For nearly a decade, the department emphasized eight major categories of roadway maintenance attributes for the maintenance performance system. They were:
In this report, the litter data are not examined. The department emphasized other important maintenance functions as well such as snow and ice control, crack sealing, traffic signal maintenance and other common activities. However, the seven features noted in this section represent common activities for which performance targets were set and expenditures could be compared to the achieved targets.
Ohio's maintenance management process differed from some other States' in that it did not use a commercial maintenance management system.

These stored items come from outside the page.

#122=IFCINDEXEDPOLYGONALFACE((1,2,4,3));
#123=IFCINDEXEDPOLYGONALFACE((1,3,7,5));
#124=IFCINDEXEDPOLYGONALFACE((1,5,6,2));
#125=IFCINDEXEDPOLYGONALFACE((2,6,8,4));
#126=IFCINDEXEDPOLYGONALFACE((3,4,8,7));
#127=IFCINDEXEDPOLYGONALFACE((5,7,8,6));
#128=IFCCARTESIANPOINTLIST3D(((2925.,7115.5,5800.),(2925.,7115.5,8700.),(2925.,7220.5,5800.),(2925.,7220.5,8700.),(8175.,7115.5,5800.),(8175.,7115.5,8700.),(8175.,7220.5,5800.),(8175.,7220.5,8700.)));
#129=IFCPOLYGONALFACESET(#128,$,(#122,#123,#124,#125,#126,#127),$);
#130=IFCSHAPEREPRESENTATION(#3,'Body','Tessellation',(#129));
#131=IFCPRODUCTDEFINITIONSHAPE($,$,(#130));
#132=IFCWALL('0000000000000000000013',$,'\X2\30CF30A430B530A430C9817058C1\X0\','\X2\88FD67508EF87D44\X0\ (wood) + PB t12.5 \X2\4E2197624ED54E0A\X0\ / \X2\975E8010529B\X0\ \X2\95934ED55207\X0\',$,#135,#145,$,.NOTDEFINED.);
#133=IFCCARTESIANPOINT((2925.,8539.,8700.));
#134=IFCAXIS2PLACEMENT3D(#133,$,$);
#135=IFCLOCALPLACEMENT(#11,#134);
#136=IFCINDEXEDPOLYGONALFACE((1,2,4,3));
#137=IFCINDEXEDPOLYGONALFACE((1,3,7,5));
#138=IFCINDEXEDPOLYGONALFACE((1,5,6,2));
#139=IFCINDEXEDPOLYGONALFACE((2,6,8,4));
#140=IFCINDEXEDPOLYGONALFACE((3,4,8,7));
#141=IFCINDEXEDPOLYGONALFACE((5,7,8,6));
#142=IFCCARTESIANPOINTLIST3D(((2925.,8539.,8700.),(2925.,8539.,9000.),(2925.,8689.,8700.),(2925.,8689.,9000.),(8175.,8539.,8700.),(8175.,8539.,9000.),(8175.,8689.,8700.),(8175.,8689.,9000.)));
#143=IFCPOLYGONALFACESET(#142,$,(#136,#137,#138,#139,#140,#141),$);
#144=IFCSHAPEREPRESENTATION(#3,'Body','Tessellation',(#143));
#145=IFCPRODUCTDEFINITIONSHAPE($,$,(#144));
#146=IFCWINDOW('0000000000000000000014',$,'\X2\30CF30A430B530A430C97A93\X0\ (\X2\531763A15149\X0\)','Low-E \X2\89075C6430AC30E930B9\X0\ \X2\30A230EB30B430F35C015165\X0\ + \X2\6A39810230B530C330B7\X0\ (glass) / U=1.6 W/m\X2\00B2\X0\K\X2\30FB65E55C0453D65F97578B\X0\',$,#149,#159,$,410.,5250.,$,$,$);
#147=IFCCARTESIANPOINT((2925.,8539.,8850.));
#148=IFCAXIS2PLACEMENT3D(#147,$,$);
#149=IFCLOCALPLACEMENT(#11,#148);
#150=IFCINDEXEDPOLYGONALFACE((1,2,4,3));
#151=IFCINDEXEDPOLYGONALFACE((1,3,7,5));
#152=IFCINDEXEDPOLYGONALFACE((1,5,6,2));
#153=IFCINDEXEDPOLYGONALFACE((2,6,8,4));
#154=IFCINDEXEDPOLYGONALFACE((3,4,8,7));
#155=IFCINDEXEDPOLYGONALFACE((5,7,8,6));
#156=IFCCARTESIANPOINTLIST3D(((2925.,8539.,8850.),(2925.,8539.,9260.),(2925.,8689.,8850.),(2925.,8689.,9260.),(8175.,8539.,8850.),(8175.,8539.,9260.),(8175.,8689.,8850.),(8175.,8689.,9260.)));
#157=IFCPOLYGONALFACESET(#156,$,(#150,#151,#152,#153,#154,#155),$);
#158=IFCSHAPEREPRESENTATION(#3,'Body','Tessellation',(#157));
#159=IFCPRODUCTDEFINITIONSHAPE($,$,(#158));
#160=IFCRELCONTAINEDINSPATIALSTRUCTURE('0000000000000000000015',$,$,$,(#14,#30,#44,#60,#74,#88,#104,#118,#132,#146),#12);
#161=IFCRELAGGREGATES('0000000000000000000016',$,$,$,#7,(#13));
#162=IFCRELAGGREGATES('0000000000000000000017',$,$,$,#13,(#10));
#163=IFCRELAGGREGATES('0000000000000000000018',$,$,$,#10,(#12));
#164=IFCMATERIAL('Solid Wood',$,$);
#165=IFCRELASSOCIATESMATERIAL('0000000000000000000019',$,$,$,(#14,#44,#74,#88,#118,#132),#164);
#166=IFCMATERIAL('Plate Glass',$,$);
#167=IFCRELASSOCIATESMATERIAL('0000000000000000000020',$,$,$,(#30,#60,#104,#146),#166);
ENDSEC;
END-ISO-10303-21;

It used a team of internal raters who drove 100 percent of the highway system each year and used geographical positioning system (GPS) and linear referencing technology to document each observed maintenance deficiency in the eight roadway categories listed above. Through the use of touch screen technology, (Figure 56, below) the raters would log from a menu the deficiencies observed at a given location. Those deficiencies were recorded and they were logged into geo-spatially referenced mapping and tabulated numerically. With this process, the number of deficiencies observed each year could be tabulated and the deficiencies' locations could be mapped. The mapping and tabulations were used by both central office and district personnel to set maintenance priorities, track accomplishments and record progress. As seen in Figure 57 below, the mapping provided locations for maintenance personnel where the observed deficiencies were found.
Figure 56: Touch screen menu of deficiencies.

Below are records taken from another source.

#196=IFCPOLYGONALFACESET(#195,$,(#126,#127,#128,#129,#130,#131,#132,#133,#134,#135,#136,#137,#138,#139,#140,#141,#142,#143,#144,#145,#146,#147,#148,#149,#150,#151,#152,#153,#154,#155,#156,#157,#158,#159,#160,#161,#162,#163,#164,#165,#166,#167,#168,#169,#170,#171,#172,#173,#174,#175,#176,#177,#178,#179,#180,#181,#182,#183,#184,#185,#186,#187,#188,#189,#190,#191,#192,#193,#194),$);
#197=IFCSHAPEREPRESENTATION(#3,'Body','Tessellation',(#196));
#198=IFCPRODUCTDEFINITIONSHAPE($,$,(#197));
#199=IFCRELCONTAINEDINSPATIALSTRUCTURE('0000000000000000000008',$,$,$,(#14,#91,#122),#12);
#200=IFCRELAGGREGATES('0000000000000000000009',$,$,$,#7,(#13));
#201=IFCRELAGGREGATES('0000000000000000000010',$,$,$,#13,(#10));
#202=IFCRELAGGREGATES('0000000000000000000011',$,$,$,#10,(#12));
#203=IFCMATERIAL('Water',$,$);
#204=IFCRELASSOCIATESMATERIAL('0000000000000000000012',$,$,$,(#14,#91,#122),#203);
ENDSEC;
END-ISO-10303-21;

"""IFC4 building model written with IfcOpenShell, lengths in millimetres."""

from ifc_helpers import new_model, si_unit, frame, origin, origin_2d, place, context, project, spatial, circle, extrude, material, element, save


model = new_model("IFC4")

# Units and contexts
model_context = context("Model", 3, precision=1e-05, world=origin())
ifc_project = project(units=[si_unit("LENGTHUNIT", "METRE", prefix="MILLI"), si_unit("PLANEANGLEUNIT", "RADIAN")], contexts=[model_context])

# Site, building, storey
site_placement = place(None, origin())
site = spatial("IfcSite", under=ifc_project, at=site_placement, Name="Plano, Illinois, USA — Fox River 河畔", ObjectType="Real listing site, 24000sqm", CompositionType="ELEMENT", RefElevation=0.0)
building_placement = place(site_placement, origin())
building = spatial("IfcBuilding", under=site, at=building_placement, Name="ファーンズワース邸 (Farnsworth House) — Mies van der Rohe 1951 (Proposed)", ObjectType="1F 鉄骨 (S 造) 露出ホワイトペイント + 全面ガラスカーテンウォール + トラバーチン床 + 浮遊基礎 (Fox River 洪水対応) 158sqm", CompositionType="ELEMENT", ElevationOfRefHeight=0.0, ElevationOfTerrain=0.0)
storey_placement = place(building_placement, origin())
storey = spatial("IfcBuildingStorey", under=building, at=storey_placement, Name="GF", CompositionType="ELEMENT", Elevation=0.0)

Figure 57: Map of maintenance deficiencies in one county quadrant.
Also a seen in Figure 57, these deficiencies are for one quadrant of one county. Each quarter, one fourth of the State system was mapped, providing 100 percent coverage over the course of each year.
Targets were set for each maintenance condition. Each individual category had its own number of deficiencies per mile that were considered acceptable and its own definition of what constituted a deficiency. For instance for shoulder drop offs, a difference of four or more inches between the pavement surface and shoulder for more than 20 feet was deemed a deficiency. A guardrail deficiency could be a rotted block or post, a damaged rail or a rail that was too high or low. Different scales of acceptable number of deficiencies were set. Generally, a lower number of deficiencies were tolerated for the Priority System and a higher number for the General System.
Ohio had, in effect, two scales. One very generalized scale was on a 1-6 gradient for the ODOT's Organizational Performance Index (OPI). The OPIs provided a common series of metrics to compare more than 60 performance categories Department-wide. Within each maintenance category, thresholds were set for gradients of scores that could be translated into the more simplistic scale of 6 being the highest and 1 the lowest.
Each district controlled a budget that allowed it to prioritize its employee labor hours, its equipment usage and maintenance contract dollars. The maintenance dollars could be used to buy materials, let small maintenance contracts, rent equipment or take other actions to augment internal resources to achieve the maintenance targets. The districts and each individual county produced an annual Work Plan that allocated the labor, equipment, materials and contracts to specific maintenance target categories. The Work Plan format was intended to match resources with results and allow the process to determine over time how many resources were needed to sustain the targeted maintenance conditions. When the process first began in the early 2000s, it was not known how many resources would be needed to sustain the targeted maintenance conditions across the State. Gradually, over the years, the needed level of effort was more closely estimated but it was still affected by unpredictable events such as flooding, harsh winters or other events.
As seen in Figures 58 and 59 the total number of deficiencies would be tracked in the Work Plan as well as the level of effort devoted to addressing the deficiencies in terms of labor hours and contract work. In Figure 58 and 59, TMS refers to the Transportation Management System that tracked the hours of maintenance personnel. The internal labor hours in TMS and the external contract dollars tracked through the Construction Management System (CMS) provided the total level of effort devoted to addressing the maintenance deficiencies.
Figure 58: A county work plan shows condition, level of effort.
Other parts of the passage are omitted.